Study participants included men who were drinking at least 35 standard drinks a week, and women who were drinking at least 28.
A standard drink is 0.5 oz. of absolute alcohol, equivalent to 10 oz of beer, 4 oz of wine, or 1 oz of 100-proof liquor.
To be eligible, participants had to express a desire to stop or reduce their consumption of alcohol.
During the 14-week study, the participants were assessed on drinking, alcohol withdrawal symptoms, and compliance with the medication.
Participants’ reports on their drinking were corroborated with laboratory tests that measured the concentration of a liver enzyme in their blood.

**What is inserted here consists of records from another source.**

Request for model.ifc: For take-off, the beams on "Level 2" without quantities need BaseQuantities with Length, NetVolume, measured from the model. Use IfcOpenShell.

First a look at what the model holds.

```python
import ifcopenshell
import ifcopenshell.util.element
import ifcopenshell.util.unit

model = ifcopenshell.open("model.ifc")
print(model.schema)
for unit_type in ("LENGTHUNIT", "AREAUNIT", "VOLUMEUNIT"):
    print(unit_type, ifcopenshell.util.unit.calculate_unit_scale(model, unit_type))
storey = next(s for s in model.by_type("IfcBuildingStorey") if s.Name == "Level 2")
beams = [e for e in ifcopenshell.util.element.get_decomposition(storey) if e.is_a("IfcBeam")]
for e in sorted(beams, key=lambda e: e.id()):
    print(e.id(), e.is_a(), e.Name, list(ifcopenshell.util.element.get_psets(e, qtos_only=True)), sep=" | ")
```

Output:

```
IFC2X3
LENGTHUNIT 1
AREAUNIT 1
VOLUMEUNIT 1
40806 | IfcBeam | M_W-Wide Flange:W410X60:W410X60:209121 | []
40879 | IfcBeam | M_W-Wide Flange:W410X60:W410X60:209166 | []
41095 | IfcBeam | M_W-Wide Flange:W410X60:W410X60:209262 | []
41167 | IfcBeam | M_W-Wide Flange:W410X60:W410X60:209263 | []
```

```python
import ifcopenshell
import ifcopenshell.api.pset
import ifcopenshell.geom
import ifcopenshell.util.element
import ifcopenshell.util.shape
import ifcopenshell.util.unit

model = ifcopenshell.open("model.ifc")
unit_scale = ifcopenshell.util.unit.calculate_unit_scale(model)
volume_scale = ifcopenshell.util.unit.calculate_unit_scale(model, "VOLUMEUNIT")
settings = ifcopenshell.geom.settings()

storey = next(s for s in model.by_type("IfcBuildingStorey") if s.Name == "Level 2")
beams = [e for e in ifcopenshell.util.element.get_decomposition(storey) if e.is_a("IfcBeam")]

for e in sorted(beams, key=lambda e: e.id()):
    if ifcopenshell.util.element.get_psets(e, qtos_only=True, should_inherit=False):
        continue
    # Geometry comes back in metres, in the element's own axes.
    shape = ifcopenshell.geom.create_shape(settings, e)
    values = {
        "Length": ifcopenshell.util.shape.get_max_xyz(shape.geometry) / unit_scale,
        "NetVolume": ifcopenshell.util.shape.get_volume(shape.geometry) / volume_scale,
    }
    qto = ifcopenshell.api.pset.add_qto(model, product=e, name="BaseQuantities")
    ifcopenshell.api.pset.edit_qto(model, qto=qto, properties=values)
    print(e.id(), {k: round(v, 3) for k, v in values.items()})

model.write("model-out.ifc")
```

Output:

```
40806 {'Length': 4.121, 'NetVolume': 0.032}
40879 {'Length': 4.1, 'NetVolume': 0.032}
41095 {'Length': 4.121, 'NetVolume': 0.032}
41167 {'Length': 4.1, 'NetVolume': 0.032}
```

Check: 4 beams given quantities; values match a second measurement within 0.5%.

The therapeutic effect of the drug was evident no later than week four of the study.
Participants reported some side effects of taking the drug, including tingling of the skin, changes in taste, fatigue, insomnia, nervousness, and dizziness.
Because participants taking the drug were more likely to drop out of the study, future studies might look at the efficacy of a smaller dose of the medication and its impact on side effects, Kranzler suggests.
“Our goal in this line of research is to identify a group of medications that work better than a placebo to help alcoholics reduce or stop their drinking, and to determine whether certain medications work better for some people than for others,” he says.
“Our finding that topiramate is a safe and robustly efficacious medication for treating alcohol dependence is scientifically and clinically important,” researchers said in the study.
“Discovering pharmacological agents such as topiramate that improve drinking outcomes can make a major contribution to global health.”